Il y a quelque temps, mon père et moi avions l’une de ces conversations « père-fils » au sujet d’intervalles de repos entre les séries. Il m’a rappelé Smoke Bellew, une histoire classique d’un de mes écrivains préférés, Jack London. Le protagoniste, un typique citadin, essaie de faire du « HIIT » (High Intensity Interval Training, Intervalle Training de Haute Intensité) en pleine nature :

“Il a attaché des sangles à un sac de haricots de 40kg et s’est mis en marche. Au bout de 100 mètres il a senti qu’il allait s’effondrer. Il s’est assis et s’est épongé le visage. « Effort court, pause courte » se dit-il. « C’est ça, le secret ».

Parfois, il n’arrivait même pas à finir les 100m, et à chaque fois qu’il se remettait péniblement debout pour un autre « effort court » son sac devenait sensiblement plus lourd. Il s’étouffait et dégoulinait de sueur. Avant même de faire un quart de mile, il a enlevé sa chemise en laine et l’a suspendue à un arbre. Un peu plus tard il s’est débarrassé de son chapeau. Arrivé à la moitié d’un mile il a décidé que c’était terminé pour lui. Il ne s’est jamais épuisé à ce point de toute sa vie et il savait qu’il ne pouvait plus continuer.”

Au fur et à mesure que Chris évolue vers Kit et Kit commence à se transformer en « Smoke », il continue à apprendre :

“Kit marchait sur la piste avec ses porteurs Indiens. Conscient que ça allait être une longue marche, tout droit vers le sommet de Chilcoot, il a limité sa charge à 35kg. Les Indiens marchaient avec leurs propres chargements mais leur cadence était plus rapide que celle qu’il a pratiquée. Pour autant, il n’avait pas d’appréhension puisque, à ce moment-là, il se considérait lui-même presque comme un Indien.

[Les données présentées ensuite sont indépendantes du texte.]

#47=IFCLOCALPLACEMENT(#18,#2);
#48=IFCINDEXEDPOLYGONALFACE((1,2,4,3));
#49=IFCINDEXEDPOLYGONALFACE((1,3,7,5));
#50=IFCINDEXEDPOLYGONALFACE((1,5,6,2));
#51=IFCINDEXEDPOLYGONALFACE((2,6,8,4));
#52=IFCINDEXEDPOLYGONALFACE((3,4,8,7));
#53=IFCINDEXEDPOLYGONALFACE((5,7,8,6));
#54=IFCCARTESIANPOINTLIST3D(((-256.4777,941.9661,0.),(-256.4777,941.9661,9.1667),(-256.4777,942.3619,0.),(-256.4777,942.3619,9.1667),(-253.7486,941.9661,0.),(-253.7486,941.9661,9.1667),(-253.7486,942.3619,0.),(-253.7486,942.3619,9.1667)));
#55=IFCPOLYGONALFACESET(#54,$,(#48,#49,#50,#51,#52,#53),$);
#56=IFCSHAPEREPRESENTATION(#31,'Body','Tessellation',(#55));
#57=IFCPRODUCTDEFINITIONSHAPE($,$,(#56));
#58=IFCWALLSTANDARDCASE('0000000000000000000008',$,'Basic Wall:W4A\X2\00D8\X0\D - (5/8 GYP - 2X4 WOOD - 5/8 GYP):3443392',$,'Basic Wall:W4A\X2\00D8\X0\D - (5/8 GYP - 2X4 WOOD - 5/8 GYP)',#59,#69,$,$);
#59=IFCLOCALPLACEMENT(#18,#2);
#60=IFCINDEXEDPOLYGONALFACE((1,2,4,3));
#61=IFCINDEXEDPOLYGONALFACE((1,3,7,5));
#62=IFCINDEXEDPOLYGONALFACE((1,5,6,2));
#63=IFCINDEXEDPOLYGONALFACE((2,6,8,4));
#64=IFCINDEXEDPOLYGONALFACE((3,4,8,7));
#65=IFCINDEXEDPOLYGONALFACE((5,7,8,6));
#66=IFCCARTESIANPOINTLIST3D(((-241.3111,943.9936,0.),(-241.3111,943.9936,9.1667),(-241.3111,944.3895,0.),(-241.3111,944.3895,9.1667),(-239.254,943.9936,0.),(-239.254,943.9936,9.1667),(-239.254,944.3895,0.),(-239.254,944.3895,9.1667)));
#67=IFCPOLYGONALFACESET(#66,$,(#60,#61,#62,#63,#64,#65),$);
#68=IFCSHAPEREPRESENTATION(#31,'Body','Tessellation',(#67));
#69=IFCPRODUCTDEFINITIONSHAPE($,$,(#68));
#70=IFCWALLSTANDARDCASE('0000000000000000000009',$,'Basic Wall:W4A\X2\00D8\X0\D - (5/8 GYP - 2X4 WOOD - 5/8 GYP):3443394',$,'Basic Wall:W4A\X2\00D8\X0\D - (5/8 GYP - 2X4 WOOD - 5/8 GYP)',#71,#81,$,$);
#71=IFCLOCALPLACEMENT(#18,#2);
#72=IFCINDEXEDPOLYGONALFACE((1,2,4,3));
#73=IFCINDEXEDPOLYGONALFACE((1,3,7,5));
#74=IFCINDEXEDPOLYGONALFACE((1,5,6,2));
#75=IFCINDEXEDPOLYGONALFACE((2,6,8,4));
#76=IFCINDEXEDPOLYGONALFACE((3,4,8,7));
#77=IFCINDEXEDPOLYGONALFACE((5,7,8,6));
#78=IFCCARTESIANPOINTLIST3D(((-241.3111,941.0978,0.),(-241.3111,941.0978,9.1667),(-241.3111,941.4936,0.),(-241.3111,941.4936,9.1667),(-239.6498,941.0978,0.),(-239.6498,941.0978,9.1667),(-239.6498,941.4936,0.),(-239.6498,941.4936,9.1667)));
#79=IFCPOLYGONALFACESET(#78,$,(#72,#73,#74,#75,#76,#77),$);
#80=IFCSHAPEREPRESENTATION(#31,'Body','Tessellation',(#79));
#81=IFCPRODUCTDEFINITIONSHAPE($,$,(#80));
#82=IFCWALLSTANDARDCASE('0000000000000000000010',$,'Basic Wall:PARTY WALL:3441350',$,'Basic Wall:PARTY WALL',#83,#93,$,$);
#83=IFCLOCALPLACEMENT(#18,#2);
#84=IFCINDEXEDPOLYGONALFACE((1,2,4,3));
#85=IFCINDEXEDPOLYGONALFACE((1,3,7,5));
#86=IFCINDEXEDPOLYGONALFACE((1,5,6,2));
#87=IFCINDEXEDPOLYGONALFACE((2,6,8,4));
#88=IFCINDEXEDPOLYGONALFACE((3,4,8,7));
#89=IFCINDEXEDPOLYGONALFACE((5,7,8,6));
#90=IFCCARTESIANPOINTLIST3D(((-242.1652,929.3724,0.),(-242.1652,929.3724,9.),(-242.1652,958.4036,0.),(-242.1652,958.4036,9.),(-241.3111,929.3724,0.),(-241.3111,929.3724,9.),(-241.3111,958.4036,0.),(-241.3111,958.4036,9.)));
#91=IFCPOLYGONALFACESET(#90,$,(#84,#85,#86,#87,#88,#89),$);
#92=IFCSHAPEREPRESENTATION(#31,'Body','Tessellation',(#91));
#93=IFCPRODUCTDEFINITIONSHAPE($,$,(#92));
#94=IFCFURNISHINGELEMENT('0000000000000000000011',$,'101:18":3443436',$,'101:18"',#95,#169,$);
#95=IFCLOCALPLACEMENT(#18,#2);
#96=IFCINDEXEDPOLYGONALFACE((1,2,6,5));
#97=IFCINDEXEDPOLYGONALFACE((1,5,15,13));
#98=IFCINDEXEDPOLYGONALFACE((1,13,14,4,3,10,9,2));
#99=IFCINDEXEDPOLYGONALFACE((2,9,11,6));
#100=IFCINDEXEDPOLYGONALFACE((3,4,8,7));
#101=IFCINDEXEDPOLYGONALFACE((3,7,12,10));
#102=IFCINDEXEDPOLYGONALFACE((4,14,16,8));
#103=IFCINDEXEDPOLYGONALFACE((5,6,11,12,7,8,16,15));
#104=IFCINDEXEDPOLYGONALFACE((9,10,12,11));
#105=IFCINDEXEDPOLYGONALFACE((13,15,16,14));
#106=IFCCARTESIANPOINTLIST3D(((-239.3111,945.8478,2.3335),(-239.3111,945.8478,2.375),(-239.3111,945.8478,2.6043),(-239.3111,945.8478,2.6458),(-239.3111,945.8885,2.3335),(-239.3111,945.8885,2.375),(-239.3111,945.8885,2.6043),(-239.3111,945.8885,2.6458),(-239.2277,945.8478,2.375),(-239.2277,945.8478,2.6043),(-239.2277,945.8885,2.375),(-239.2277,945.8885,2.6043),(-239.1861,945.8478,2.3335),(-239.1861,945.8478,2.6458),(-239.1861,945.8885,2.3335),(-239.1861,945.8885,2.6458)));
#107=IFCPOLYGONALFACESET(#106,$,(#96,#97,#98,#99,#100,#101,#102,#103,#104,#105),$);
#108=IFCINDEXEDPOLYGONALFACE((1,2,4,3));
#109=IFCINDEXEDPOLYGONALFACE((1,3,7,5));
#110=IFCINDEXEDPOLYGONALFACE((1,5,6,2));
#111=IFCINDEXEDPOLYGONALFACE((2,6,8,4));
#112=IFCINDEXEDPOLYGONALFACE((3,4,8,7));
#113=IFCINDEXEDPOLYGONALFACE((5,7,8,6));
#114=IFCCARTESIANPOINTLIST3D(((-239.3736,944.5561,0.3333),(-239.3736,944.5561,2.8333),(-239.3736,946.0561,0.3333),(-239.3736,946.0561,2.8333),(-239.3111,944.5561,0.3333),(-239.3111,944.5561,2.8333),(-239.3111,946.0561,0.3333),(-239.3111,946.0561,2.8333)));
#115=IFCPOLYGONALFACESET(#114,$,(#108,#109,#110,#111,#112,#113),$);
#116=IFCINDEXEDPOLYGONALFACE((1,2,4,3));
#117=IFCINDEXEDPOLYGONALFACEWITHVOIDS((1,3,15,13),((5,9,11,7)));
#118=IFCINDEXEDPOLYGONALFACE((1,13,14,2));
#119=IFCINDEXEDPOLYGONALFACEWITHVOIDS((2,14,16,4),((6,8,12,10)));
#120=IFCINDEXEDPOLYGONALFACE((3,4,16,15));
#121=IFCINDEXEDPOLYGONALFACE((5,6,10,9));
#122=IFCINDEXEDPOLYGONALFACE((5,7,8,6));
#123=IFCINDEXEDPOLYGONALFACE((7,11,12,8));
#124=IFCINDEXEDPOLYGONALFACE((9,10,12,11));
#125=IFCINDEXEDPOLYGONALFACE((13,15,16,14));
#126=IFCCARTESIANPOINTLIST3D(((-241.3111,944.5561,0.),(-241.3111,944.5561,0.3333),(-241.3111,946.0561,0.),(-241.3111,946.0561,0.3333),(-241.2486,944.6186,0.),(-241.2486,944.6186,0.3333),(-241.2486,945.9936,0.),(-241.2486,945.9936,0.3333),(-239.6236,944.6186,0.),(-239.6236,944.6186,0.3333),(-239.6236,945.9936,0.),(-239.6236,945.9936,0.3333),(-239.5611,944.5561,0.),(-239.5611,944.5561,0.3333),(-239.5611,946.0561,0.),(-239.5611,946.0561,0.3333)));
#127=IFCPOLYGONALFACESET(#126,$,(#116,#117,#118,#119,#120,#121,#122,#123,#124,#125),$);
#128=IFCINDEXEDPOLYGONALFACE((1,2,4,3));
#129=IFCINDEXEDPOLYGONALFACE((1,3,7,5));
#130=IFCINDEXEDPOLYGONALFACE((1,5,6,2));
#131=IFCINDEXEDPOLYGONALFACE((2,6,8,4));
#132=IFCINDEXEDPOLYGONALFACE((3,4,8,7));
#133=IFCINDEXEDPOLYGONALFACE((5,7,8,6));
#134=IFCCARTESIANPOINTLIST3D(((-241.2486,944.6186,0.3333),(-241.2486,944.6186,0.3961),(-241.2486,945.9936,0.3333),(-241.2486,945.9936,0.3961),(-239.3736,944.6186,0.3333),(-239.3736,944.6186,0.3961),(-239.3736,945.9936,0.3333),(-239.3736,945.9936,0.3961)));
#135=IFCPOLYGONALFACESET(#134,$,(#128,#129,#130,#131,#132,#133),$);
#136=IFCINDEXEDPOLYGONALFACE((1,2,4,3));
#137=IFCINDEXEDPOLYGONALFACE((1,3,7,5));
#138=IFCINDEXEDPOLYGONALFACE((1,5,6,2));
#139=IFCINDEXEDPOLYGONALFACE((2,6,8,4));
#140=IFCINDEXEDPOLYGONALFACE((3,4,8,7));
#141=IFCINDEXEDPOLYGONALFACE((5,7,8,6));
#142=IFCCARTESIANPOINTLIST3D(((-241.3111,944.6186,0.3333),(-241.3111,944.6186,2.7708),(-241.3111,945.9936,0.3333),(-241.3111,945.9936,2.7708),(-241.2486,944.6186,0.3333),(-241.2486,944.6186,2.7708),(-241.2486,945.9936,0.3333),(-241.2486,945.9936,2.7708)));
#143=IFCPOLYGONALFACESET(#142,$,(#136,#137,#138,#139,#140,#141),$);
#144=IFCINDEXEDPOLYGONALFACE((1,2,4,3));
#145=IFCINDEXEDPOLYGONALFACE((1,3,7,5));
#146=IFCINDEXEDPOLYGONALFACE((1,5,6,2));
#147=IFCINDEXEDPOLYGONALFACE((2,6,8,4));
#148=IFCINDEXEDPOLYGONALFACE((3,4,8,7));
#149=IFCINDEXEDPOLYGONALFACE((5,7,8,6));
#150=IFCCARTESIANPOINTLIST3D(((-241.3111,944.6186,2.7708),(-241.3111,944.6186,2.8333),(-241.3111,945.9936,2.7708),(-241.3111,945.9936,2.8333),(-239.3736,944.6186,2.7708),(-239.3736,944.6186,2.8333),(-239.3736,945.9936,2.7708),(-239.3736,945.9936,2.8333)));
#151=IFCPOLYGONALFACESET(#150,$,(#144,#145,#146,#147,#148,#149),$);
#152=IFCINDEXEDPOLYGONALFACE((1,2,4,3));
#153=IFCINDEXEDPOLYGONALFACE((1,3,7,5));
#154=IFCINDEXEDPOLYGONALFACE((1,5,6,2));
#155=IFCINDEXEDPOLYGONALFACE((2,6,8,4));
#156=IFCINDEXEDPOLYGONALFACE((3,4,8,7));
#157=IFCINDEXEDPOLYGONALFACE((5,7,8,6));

Au bout d’un quart de mile il a voulu se reposer. Mais les Indiens continuaient. Il est resté avec eux, en gardant sa place dans la file. A la moitié du premier mile il était convaincu qu’il était incapable de faire un autre pas mais il a serré les dents, a gardé sa place et au bout d’un mile était surpris d’être encore en vie. Puis, d’une manière étrange, est venu ce qu’on appelle « la seconde respiration » et le mile suivant a été presque plus facile que le premier. Le troisième mile l’a presque tué mais, quoique à moitié délirant à cause de la douleur et de la fatigue, il ne s’est jamais plaint. Et puis, alors qu’il pensait que cette fois, c’est sûr, il allait s’évanouir, est venue la pause. Plutôt que de rester assis en gardant leurs sacs sur le dos comme voulait la coutume de porteurs blancs, les Indiens se sont débarrassés de leurs sangles d’épaules et de tête et se sont allongés, bien à l’aise, pour discuter et fumer. Il est passé au moins une demi-heure avant qu’ils ne redémarrent. A la surprise de Kit, il s’est senti si frais qu’à partir de là « effort long, pause longue » est devenu sa nouvelle devise.”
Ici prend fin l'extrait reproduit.